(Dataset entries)

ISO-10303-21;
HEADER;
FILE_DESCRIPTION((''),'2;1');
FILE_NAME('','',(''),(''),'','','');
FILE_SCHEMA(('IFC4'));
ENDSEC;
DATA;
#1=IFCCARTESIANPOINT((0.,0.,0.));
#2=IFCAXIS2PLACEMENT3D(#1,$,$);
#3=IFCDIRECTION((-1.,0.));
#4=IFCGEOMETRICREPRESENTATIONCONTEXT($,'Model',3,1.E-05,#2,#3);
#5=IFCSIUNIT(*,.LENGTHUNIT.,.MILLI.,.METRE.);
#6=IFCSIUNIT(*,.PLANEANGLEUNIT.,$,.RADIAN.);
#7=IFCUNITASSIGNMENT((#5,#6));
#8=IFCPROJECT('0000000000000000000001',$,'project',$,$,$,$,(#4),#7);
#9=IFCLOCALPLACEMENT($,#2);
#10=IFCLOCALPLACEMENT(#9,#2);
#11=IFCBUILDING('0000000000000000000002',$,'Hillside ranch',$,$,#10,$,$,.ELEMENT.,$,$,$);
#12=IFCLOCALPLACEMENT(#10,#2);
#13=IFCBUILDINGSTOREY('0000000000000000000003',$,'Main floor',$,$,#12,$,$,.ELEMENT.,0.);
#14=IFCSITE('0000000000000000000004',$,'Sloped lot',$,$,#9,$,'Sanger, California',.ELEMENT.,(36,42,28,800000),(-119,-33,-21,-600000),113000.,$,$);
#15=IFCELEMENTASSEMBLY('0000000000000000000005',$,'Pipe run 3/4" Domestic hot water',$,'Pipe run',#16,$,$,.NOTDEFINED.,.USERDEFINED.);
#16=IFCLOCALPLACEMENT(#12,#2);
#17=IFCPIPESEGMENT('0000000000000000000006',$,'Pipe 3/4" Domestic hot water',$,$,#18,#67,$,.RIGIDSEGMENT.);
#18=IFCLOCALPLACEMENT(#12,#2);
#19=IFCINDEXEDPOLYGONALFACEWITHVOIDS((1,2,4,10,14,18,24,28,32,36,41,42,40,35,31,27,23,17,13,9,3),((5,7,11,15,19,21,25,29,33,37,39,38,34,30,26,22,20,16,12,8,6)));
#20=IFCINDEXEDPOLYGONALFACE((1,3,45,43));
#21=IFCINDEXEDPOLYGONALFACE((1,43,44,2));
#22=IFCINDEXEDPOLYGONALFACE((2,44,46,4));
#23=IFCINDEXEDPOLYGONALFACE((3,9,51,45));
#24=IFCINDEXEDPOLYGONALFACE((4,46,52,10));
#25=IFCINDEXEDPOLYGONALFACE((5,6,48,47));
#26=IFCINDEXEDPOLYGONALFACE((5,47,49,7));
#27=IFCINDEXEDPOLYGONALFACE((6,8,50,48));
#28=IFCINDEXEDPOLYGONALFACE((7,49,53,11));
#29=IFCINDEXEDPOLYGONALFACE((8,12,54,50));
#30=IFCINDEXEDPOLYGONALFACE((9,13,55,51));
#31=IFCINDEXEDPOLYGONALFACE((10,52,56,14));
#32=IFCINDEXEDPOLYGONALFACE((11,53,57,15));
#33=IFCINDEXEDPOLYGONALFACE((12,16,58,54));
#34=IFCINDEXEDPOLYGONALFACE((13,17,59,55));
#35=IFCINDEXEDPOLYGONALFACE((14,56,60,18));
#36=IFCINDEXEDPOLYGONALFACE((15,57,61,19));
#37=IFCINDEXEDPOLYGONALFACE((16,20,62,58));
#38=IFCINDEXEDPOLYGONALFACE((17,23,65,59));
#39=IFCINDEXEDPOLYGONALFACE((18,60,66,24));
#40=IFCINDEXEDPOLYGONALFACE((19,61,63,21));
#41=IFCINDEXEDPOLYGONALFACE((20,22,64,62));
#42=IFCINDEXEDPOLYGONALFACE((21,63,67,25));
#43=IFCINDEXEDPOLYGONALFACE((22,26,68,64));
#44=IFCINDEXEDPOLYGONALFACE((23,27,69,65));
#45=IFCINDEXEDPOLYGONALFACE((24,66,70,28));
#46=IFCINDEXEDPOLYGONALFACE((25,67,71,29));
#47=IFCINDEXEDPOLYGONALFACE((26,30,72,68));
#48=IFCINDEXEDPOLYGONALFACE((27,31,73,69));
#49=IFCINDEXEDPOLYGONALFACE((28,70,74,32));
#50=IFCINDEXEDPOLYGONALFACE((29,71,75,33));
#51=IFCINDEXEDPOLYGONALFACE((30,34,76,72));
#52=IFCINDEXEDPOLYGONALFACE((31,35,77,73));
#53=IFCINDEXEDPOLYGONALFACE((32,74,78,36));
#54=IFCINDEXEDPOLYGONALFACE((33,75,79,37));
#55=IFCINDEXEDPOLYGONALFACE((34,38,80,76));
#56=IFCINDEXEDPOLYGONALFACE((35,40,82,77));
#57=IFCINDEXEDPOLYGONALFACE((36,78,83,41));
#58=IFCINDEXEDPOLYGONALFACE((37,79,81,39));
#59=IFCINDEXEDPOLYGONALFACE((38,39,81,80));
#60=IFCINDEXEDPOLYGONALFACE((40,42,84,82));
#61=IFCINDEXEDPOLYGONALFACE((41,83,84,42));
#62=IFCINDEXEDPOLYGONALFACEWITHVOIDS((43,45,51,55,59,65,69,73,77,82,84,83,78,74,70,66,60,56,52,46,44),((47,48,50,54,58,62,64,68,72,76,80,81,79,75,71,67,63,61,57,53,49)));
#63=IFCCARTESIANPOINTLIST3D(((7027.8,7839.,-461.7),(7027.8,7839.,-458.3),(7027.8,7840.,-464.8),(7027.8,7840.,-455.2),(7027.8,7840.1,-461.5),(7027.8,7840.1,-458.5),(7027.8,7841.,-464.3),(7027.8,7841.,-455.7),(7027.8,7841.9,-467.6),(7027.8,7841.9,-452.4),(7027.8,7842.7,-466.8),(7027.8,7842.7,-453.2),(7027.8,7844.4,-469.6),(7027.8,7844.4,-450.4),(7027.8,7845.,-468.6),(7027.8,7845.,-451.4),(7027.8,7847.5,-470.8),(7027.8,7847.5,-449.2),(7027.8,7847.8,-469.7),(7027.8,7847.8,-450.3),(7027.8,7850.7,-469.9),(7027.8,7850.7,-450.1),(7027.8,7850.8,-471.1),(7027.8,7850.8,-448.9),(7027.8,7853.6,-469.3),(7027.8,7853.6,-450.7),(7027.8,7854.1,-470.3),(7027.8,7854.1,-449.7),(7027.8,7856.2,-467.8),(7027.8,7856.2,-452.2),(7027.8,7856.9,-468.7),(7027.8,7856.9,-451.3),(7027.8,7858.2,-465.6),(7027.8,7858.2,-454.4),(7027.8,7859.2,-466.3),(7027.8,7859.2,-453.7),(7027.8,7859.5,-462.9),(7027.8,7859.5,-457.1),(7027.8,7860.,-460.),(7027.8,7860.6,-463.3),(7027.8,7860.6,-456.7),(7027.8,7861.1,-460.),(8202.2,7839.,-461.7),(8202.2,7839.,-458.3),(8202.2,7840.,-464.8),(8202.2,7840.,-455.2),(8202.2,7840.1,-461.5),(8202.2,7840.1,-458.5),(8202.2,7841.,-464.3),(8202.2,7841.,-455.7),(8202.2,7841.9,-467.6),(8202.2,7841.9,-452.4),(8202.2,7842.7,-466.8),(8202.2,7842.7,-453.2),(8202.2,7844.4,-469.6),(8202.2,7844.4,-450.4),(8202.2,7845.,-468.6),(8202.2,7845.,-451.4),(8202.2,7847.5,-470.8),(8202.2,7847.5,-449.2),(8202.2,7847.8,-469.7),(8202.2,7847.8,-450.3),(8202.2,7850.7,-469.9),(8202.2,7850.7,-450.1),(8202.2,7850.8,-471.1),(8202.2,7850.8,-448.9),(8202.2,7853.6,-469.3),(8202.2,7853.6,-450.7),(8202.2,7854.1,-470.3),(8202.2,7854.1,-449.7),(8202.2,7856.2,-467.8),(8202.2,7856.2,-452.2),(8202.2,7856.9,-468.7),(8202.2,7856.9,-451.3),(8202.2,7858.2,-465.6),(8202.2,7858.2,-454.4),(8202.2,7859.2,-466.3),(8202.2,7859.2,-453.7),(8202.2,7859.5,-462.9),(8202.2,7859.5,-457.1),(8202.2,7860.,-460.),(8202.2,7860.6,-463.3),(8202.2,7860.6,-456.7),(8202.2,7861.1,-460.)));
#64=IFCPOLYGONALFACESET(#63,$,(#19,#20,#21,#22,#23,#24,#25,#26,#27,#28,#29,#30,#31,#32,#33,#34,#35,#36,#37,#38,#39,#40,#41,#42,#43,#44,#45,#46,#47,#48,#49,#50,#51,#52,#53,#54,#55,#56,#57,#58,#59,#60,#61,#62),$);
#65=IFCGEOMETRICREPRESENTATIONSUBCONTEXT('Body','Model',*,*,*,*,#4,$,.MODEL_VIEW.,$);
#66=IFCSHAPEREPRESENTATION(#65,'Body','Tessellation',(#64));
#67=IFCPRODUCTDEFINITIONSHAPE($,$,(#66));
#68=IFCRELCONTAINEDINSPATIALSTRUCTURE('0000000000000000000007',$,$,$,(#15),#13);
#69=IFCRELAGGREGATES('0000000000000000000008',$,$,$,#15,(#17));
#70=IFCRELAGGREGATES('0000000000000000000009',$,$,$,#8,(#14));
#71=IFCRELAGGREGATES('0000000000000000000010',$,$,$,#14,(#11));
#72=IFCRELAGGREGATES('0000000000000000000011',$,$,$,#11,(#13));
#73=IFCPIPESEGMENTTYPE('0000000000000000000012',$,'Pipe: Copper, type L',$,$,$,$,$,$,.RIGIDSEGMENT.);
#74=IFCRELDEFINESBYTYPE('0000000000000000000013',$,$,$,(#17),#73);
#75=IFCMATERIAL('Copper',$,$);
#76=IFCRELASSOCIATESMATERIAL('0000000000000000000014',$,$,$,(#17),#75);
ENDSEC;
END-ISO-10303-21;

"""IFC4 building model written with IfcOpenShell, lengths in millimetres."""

from ifc_helpers import new_model, si_unit, direction, frame, origin, origin_with_axes, origin_2d, place, context, subcontext, project, spatial, hollow_circle, extrude, material, type_object, element, aggregate, save


model = new_model("IFC4")

# Units and contexts
model_context = context("Model", 3, precision=1e-05, world=origin(), true_north=direction((-1.0, 0.0)))
body_context = subcontext(model_context, "Body", "Model", "MODEL_VIEW")
ifc_project = project(units=[si_unit("LENGTHUNIT", "METRE", prefix="MILLI"), si_unit("PLANEANGLEUNIT", "RADIAN")], contexts=[model_context])

# Site, building, storey
site_placement = place(None, origin())
site = spatial("IfcSite", under=ifc_project, at=site_placement, Name="Sloped lot", LongName="Sanger, California", CompositionType="ELEMENT", RefLatitude=(36, 42, 28, 800000), RefLongitude=(-119, -33, -21, -600000), RefElevation=113000.0)
building_placement = place(site_placement, origin())
building = spatial("IfcBuilding", under=site, at=building_placement, Name="Hillside ranch", CompositionType="ELEMENT")
storey_placement = place(building_placement, origin())
storey = spatial("IfcBuildingStorey", under=building, at=storey_placement, Name="Main floor", CompositionType="ELEMENT", Elevation=0.0)

# Element assembly
ifc_material = material(Name="Copper")
assembly_1_placement = place(storey_placement, origin_with_axes())
assembly_1 = element("IfcElementAssembly", 1, at=assembly_1_placement, inside=storey, Name="Pipe run 3/4\" Domestic hot water", ObjectType="Pipe run", AssemblyPlace="NOTDEFINED", PredefinedType="USERDEFINED")

# Pipe segment
pipe_segment_type = type_object("IfcPipeSegmentType", Name="Pipe: Copper, type L", PredefinedType="RIGIDSEGMENT")
pipe_segment_1_placement = place(storey_placement, origin_with_axes())
pipe_segment_1 = element("IfcPipeSegment", 2, at=pipe_segment_1_placement, type_object=pipe_segment_type, material=ifc_material, Name="Pipe 3/4\" Domestic hot water", PredefinedType="RIGIDSEGMENT", context=body_context, shape_type="SweptSolid", body=[
    extrude(hollow_circle(Radius=11.1, WallThickness=1.1, at=origin_2d()), frame((7027.8, 7850.0, -460.0), z_axis=(1.0, 0.0, 0.0), x_axis=(0.0, 1.0, 0.0)), (0.0, 0.0, 1.0), 1174.5),
])
aggregate(assembly_1, [pipe_segment_1])

save(model, "model.ifc")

- **AIM OF THE EXERCISE**: Above are the records; print exactly the lines from the line with "#69=IFCRELAGGREGATES('0000000000000000000008',$,$,$,#15,(#17));" to the line with "#72=IFCRELAGGREGATES('0000000000000000000011',$,$,$,#11,(#13));", including both, and nothing else.

- **RESPONSE TO THIS EXERCISE**:
#69=IFCRELAGGREGATES('0000000000000000000008',$,$,$,#15,(#17));
#70=IFCRELAGGREGATES('0000000000000000000009',$,$,$,#8,(#14));
#71=IFCRELAGGREGATES('0000000000000000000010',$,$,$,#14,(#11));
#72=IFCRELAGGREGATES('0000000000000000000011',$,$,$,#11,(#13));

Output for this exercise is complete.